### What is being asked
Output each entry verbatim.

*** Provided information Section Begins ***

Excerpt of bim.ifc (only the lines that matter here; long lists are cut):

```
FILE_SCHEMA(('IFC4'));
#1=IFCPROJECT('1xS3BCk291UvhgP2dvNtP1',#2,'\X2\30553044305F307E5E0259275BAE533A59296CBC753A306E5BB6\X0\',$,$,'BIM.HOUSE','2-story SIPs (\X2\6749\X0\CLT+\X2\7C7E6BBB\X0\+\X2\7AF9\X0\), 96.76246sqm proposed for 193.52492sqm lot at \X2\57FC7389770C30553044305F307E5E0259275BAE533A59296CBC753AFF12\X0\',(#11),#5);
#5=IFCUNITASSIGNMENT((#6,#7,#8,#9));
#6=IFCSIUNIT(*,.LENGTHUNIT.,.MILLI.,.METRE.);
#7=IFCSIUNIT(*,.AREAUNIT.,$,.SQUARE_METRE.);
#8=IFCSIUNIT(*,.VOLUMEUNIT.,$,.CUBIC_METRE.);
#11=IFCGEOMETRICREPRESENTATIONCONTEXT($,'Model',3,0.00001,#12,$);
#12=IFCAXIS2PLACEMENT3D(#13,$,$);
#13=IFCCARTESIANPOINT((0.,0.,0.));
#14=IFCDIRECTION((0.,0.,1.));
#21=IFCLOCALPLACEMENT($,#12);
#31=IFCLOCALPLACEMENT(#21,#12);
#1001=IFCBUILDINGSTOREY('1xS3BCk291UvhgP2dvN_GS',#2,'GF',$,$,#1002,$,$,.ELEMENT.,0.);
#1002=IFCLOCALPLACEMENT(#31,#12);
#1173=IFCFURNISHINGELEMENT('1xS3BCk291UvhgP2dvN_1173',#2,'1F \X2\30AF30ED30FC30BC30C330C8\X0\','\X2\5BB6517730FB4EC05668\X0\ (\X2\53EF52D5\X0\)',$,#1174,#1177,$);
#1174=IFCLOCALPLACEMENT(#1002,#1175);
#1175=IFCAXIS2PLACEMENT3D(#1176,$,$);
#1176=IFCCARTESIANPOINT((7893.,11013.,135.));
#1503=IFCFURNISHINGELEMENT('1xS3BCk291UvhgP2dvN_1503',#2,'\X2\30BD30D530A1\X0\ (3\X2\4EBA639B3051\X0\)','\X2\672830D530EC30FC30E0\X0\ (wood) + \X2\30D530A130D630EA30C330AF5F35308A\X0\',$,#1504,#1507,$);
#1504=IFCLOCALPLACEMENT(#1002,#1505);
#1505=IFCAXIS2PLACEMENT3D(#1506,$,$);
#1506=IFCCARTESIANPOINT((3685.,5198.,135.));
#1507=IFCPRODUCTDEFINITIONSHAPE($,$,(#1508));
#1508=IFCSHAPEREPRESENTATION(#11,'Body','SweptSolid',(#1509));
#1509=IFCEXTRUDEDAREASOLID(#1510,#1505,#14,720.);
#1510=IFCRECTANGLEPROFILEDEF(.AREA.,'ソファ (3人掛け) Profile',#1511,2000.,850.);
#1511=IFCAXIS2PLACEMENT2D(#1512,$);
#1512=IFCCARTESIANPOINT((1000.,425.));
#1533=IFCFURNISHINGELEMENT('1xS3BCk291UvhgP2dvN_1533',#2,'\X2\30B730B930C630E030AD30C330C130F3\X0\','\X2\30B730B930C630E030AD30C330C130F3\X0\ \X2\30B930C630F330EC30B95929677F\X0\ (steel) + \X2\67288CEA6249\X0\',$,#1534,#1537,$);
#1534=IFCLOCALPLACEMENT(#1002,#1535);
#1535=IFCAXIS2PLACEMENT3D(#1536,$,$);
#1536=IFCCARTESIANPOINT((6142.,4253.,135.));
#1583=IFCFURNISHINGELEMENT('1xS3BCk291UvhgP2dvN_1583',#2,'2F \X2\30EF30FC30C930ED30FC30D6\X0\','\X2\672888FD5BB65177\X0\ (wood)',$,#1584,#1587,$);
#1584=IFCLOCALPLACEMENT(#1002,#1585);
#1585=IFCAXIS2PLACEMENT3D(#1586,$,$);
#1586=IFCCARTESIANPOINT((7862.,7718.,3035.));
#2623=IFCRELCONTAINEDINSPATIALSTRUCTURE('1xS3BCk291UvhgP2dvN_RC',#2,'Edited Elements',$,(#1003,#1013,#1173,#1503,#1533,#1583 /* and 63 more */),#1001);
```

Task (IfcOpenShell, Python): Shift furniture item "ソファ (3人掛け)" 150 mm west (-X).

```python
import ifcopenshell
import ifcopenshell.api.geometry
import ifcopenshell.util.placement

model = ifcopenshell.open("bim.ifc")

item = model.by_id(1503)
matrix = ifcopenshell.util.placement.get_local_placement(item.ObjectPlacement)
matrix[0, 3] -= 150.0
ifcopenshell.api.geometry.edit_object_placement(model, product=item, matrix=matrix, is_si=False)

print(ifcopenshell.util.placement.get_local_placement(item.ObjectPlacement).round(3) + 0.0)

model.write("bim_v2.ifc")
```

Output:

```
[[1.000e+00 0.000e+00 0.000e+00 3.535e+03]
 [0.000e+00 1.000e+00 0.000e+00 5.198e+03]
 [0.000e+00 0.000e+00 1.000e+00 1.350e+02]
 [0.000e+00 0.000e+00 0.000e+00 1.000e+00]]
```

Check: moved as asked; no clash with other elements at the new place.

*** Provided information Section Ends ***

### Response
Excerpt of bim.ifc (only the lines that matter here; long lists are cut):

```
FILE_SCHEMA(('IFC4'));
#1=IFCPROJECT('1xS3BCk291UvhgP2dvNtP1',#2,'\X2\30553044305F307E5E0259275BAE533A59296CBC753A306E5BB6\X0\',$,$,'BIM.HOUSE','2-story SIPs (\X2\6749\X0\CLT+\X2\7C7E6BBB\X0\+\X2\7AF9\X0\), 96.76246sqm proposed for 193.52492sqm lot at \X2\57FC7389770C30553044305F307E5E0259275BAE533A59296CBC753AFF12\X0\',(#11),#5);
#5=IFCUNITASSIGNMENT((#6,#7,#8,#9));
#6=IFCSIUNIT(*,.LENGTHUNIT.,.MILLI.,.METRE.);
#7=IFCSIUNIT(*,.AREAUNIT.,$,.SQUARE_METRE.);
#8=IFCSIUNIT(*,.VOLUMEUNIT.,$,.CUBIC_METRE.);
#11=IFCGEOMETRICREPRESENTATIONCONTEXT($,'Model',3,0.00001,#12,$);
#12=IFCAXIS2PLACEMENT3D(#13,$,$);
#13=IFCCARTESIANPOINT((0.,0.,0.));
#14=IFCDIRECTION((0.,0.,1.));
#21=IFCLOCALPLACEMENT($,#12);
#31=IFCLOCALPLACEMENT(#21,#12);
#1001=IFCBUILDINGSTOREY('1xS3BCk291UvhgP2dvN_GS',#2,'GF',$,$,#1002,$,$,.ELEMENT.,0.);
#1002=IFCLOCALPLACEMENT(#31,#12);
#1173=IFCFURNISHINGELEMENT('1xS3BCk291UvhgP2dvN_1173',#2,'1F \X2\30AF30ED30FC30BC30C330C8\X0\','\X2\5BB6517730FB4EC05668\X0\ (\X2\53EF52D5\X0\)',$,#1174,#1177,$);
#1174=IFCLOCALPLACEMENT(#1002,#1175);
#1175=IFCAXIS2PLACEMENT3D(#1176,$,$);
#1176=IFCCARTESIANPOINT((7893.,11013.,135.));
#1503=IFCFURNISHINGELEMENT('1xS3BCk291UvhgP2dvN_1503',#2,'\X2\30BD30D530A1\X0\ (3\X2\4EBA639B3051\X0\)','\X2\672830D530EC30FC30E0\X0\ (wood) + \X2\30D530A130D630EA30C330AF5F35308A\X0\',$,#1504,#1507,$);
#1504=IFCLOCALPLACEMENT(#1002,#1505);
#1505=IFCAXIS2PLACEMENT3D(#1506,$,$);
#1506=IFCCARTESIANPOINT((3685.,5198.,135.));
#1507=IFCPRODUCTDEFINITIONSHAPE($,$,(#1508));
#1508=IFCSHAPEREPRESENTATION(#11,'Body','SweptSolid',(#1509));
#1509=IFCEXTRUDEDAREASOLID(#1510,#1505,#14,720.);
#1510=IFCRECTANGLEPROFILEDEF(.AREA.,'ソファ (3人掛け) Profile',#1511,2000.,850.);
#1511=IFCAXIS2PLACEMENT2D(#1512,$);
#1512=IFCCARTESIANPOINT((1000.,425.));
#1533=IFCFURNISHINGELEMENT('1xS3BCk291UvhgP2dvN_1533',#2,'\X2\30B730B930C630E030AD30C330C130F3\X0\','\X2\30B730B930C630E030AD30C330C130F3\X0\ \X2\30B930C630F330EC30B95929677F\X0\ (steel) + \X2\67288CEA6249\X0\',$,#1534,#1537,$);
#1534=IFCLOCALPLACEMENT(#1002,#1535);
#1535=IFCAXIS2PLACEMENT3D(#1536,$,$);
#1536=IFCCARTESIANPOINT((6142.,4253.,135.));
#1583=IFCFURNISHINGELEMENT('1xS3BCk291UvhgP2dvN_1583',#2,'2F \X2\30EF30FC30C930ED30FC30D6\X0\','\X2\672888FD5BB65177\X0\ (wood)',$,#1584,#1587,$);
#1584=IFCLOCALPLACEMENT(#1002,#1585);
#1585=IFCAXIS2PLACEMENT3D(#1586,$,$);
#1586=IFCCARTESIANPOINT((7862.,7718.,3035.));
#2623=IFCRELCONTAINEDINSPATIALSTRUCTURE('1xS3BCk291UvhgP2dvN_RC',#2,'Edited Elements',$,(#1003,#1013,#1173,#1503,#1533,#1583 /* and 63 more */),#1001);
```

Task (IfcOpenShell, Python): Shift furniture item "ソファ (3人掛け)" 150 mm west (-X).

```python
import ifcopenshell
import ifcopenshell.api.geometry
import ifcopenshell.util.placement

model = ifcopenshell.open("bim.ifc")

item = model.by_id(1503)
matrix = ifcopenshell.util.placement.get_local_placement(item.ObjectPlacement)
matrix[0, 3] -= 150.0
ifcopenshell.api.geometry.edit_object_placement(model, product=item, matrix=matrix, is_si=False)

print(ifcopenshell.util.placement.get_local_placement(item.ObjectPlacement).round(3) + 0.0)

model.write("bim_v2.ifc")
```

Output:

```
[[1.000e+00 0.000e+00 0.000e+00 3.535e+03]
 [0.000e+00 1.000e+00 0.000e+00 5.198e+03]
 [0.000e+00 0.000e+00 1.000e+00 1.350e+02]
 [0.000e+00 0.000e+00 0.000e+00 1.000e+00]]
```

Check: moved as asked; no clash with other elements at the new place.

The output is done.